Work to complete:
Where the records below reach the line containing "Request for model.ifc: On", start transcribing, and end with the line containing "Check: 1 set, 164 others unchanged.", exactly and with nothing else added.

★ ★ ★ ★ ★

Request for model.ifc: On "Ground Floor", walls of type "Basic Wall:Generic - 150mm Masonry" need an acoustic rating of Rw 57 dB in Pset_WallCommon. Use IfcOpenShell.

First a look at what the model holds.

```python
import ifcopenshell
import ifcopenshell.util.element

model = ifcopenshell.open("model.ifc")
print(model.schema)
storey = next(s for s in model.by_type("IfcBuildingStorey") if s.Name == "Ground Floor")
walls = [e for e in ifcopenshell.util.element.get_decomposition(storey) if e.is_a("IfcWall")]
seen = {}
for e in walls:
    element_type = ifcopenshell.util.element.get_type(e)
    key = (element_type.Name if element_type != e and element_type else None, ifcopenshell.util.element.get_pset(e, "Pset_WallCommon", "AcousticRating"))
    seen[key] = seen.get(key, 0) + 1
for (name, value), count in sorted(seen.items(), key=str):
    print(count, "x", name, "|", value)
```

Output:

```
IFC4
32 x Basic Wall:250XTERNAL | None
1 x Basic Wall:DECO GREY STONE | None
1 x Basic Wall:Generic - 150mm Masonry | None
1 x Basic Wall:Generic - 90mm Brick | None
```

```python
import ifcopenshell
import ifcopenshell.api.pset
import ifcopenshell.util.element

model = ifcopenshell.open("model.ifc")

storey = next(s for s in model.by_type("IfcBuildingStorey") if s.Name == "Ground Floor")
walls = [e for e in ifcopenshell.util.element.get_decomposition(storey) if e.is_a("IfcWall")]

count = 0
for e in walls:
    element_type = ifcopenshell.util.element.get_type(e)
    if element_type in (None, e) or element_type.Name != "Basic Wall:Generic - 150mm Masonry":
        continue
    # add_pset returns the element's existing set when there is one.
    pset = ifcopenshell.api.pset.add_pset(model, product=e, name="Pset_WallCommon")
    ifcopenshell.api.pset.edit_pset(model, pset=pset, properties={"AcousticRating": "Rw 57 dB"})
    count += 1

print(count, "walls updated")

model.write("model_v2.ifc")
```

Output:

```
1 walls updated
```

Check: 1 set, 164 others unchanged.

★ ★ ★ ★ ★

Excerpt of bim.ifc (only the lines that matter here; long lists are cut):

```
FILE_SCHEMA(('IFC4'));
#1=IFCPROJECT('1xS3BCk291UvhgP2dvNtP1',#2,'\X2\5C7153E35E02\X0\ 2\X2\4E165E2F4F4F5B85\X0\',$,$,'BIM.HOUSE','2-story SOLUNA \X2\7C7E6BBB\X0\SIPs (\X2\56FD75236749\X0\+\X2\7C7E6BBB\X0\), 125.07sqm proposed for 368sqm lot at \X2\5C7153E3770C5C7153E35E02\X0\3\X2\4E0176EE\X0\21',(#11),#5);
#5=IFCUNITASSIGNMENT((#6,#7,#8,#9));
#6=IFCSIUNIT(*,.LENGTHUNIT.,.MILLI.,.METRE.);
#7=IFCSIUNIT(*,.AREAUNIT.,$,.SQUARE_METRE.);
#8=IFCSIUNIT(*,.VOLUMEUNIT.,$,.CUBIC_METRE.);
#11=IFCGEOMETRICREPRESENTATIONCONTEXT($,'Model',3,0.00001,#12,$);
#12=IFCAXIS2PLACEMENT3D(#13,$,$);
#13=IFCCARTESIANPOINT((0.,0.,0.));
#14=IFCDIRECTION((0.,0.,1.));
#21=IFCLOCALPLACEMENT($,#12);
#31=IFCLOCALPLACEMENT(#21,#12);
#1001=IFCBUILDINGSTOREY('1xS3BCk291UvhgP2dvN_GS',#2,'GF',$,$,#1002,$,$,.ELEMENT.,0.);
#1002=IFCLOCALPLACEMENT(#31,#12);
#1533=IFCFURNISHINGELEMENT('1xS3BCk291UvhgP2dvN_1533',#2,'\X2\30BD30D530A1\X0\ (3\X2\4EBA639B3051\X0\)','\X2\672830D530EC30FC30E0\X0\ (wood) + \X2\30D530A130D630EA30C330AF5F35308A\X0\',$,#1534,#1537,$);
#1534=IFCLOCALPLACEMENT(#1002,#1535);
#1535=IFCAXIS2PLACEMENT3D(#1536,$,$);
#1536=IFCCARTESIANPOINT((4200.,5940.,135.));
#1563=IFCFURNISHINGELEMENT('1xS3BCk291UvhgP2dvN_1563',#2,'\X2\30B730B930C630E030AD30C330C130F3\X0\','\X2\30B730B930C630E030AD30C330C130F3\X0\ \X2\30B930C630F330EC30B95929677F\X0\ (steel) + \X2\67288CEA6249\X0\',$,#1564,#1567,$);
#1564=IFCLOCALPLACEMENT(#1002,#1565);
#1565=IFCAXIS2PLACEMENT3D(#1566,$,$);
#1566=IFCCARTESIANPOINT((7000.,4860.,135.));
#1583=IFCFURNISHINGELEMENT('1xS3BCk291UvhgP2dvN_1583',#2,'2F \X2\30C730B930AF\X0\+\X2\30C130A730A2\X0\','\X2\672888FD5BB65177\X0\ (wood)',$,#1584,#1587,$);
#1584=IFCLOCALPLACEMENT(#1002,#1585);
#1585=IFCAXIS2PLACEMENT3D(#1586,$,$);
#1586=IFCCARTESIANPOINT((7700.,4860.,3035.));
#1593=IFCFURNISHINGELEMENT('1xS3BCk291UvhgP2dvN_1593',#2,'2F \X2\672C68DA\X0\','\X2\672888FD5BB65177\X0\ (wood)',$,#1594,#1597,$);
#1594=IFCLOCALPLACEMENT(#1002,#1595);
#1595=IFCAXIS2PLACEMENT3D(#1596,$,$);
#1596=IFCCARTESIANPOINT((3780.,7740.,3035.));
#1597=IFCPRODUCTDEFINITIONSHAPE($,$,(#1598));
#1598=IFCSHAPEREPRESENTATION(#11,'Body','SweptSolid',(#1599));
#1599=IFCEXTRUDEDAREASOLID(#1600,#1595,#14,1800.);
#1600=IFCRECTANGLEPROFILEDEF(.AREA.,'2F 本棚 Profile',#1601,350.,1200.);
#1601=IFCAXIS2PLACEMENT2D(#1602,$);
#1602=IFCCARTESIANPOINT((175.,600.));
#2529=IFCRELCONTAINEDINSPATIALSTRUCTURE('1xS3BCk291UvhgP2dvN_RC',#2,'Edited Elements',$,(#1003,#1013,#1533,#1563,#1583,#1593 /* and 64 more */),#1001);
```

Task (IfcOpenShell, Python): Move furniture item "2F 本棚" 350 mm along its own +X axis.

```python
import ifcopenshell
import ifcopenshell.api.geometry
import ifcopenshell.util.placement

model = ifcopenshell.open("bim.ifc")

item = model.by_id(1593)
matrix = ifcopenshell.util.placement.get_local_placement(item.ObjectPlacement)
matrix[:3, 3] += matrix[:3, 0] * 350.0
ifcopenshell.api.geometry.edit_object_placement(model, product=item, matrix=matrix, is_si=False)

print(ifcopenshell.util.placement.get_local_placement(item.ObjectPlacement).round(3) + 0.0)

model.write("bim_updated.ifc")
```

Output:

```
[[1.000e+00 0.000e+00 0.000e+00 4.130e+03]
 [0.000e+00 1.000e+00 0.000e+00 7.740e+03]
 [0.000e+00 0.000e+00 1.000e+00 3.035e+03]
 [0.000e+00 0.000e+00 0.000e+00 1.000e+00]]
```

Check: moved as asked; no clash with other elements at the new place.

★ ★ ★ ★ ★

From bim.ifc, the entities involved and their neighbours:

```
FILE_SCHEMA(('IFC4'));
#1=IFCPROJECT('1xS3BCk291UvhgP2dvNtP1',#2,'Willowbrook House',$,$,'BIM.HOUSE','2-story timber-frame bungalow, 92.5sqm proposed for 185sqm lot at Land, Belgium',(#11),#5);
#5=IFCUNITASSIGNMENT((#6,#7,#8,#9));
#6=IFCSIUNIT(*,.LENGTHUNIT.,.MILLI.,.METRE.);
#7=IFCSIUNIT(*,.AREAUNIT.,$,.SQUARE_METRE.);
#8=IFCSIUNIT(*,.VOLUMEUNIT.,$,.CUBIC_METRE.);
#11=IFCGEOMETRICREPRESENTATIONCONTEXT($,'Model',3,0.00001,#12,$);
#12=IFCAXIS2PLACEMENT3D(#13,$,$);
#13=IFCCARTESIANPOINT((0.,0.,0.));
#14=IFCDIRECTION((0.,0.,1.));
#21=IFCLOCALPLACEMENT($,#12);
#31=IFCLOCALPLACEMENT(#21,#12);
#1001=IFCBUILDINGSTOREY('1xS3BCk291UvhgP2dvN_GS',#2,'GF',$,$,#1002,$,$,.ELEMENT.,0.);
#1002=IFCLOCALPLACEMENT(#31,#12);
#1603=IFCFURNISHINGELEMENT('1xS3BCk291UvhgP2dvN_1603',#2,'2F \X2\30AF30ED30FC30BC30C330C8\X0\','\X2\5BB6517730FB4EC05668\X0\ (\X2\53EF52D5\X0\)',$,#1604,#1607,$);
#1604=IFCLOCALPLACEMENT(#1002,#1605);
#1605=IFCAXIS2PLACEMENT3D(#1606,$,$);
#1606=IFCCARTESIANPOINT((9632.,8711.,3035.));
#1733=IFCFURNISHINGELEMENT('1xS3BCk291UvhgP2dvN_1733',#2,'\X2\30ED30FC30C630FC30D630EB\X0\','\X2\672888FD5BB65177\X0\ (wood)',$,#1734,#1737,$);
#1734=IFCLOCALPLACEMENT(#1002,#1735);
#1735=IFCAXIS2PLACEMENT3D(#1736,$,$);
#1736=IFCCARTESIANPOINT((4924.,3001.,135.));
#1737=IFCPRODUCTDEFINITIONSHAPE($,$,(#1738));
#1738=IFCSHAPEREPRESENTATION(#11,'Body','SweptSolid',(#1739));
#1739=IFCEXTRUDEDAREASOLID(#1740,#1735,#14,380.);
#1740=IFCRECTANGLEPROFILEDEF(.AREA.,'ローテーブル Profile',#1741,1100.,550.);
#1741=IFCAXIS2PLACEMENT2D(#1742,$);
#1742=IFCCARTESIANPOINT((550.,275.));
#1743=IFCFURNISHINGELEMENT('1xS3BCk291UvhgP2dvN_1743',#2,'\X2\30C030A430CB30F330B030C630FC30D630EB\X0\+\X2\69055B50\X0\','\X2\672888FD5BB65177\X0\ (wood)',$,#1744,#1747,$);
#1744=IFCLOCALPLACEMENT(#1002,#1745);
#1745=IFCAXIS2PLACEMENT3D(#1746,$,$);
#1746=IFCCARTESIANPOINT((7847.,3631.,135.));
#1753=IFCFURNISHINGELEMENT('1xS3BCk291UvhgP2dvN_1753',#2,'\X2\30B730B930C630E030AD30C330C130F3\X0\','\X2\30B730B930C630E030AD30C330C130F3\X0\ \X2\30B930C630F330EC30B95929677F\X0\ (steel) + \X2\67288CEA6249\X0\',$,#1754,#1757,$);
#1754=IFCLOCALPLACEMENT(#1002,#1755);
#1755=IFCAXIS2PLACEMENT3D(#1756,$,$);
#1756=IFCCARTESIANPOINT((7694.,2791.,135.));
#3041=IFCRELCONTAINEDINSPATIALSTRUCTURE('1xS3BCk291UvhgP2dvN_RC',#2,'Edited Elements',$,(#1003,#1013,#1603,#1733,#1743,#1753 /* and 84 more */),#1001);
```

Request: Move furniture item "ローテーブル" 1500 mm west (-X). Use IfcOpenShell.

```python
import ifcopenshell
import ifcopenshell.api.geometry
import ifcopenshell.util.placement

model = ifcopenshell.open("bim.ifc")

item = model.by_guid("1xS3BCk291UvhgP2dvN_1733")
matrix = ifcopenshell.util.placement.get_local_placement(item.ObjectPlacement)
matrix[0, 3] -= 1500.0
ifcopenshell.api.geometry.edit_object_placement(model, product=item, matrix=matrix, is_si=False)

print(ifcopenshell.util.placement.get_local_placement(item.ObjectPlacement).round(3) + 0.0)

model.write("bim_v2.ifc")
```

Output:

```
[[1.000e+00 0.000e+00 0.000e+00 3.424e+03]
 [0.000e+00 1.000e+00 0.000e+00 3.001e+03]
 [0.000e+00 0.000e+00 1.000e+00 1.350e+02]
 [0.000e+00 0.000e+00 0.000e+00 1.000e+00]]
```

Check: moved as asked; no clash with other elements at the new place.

★ ★ ★ ★ ★

Exercise result:
Request for model.ifc: On "Ground Floor", walls of type "Basic Wall:Generic - 150mm Masonry" need an acoustic rating of Rw 57 dB in Pset_WallCommon. Use IfcOpenShell.

First a look at what the model holds.

```python
import ifcopenshell
import ifcopenshell.util.element

model = ifcopenshell.open("model.ifc")
print(model.schema)
storey = next(s for s in model.by_type("IfcBuildingStorey") if s.Name == "Ground Floor")
walls = [e for e in ifcopenshell.util.element.get_decomposition(storey) if e.is_a("IfcWall")]
seen = {}
for e in walls:
    element_type = ifcopenshell.util.element.get_type(e)
    key = (element_type.Name if element_type != e and element_type else None, ifcopenshell.util.element.get_pset(e, "Pset_WallCommon", "AcousticRating"))
    seen[key] = seen.get(key, 0) + 1
for (name, value), count in sorted(seen.items(), key=str):
    print(count, "x", name, "|", value)
```

Output:

```
IFC4
32 x Basic Wall:250XTERNAL | None
1 x Basic Wall:DECO GREY STONE | None
1 x Basic Wall:Generic - 150mm Masonry | None
1 x Basic Wall:Generic - 90mm Brick | None
```

```python
import ifcopenshell
import ifcopenshell.api.pset
import ifcopenshell.util.element

model = ifcopenshell.open("model.ifc")

storey = next(s for s in model.by_type("IfcBuildingStorey") if s.Name == "Ground Floor")
walls = [e for e in ifcopenshell.util.element.get_decomposition(storey) if e.is_a("IfcWall")]

count = 0
for e in walls:
    element_type = ifcopenshell.util.element.get_type(e)
    if element_type in (None, e) or element_type.Name != "Basic Wall:Generic - 150mm Masonry":
        continue
    # add_pset returns the element's existing set when there is one.
    pset = ifcopenshell.api.pset.add_pset(model, product=e, name="Pset_WallCommon")
    ifcopenshell.api.pset.edit_pset(model, pset=pset, properties={"AcousticRating": "Rw 57 dB"})
    count += 1

print(count, "walls updated")

model.write("model_v2.ifc")
```

Output:

```
1 walls updated
```

Check: 1 set, 164 others unchanged.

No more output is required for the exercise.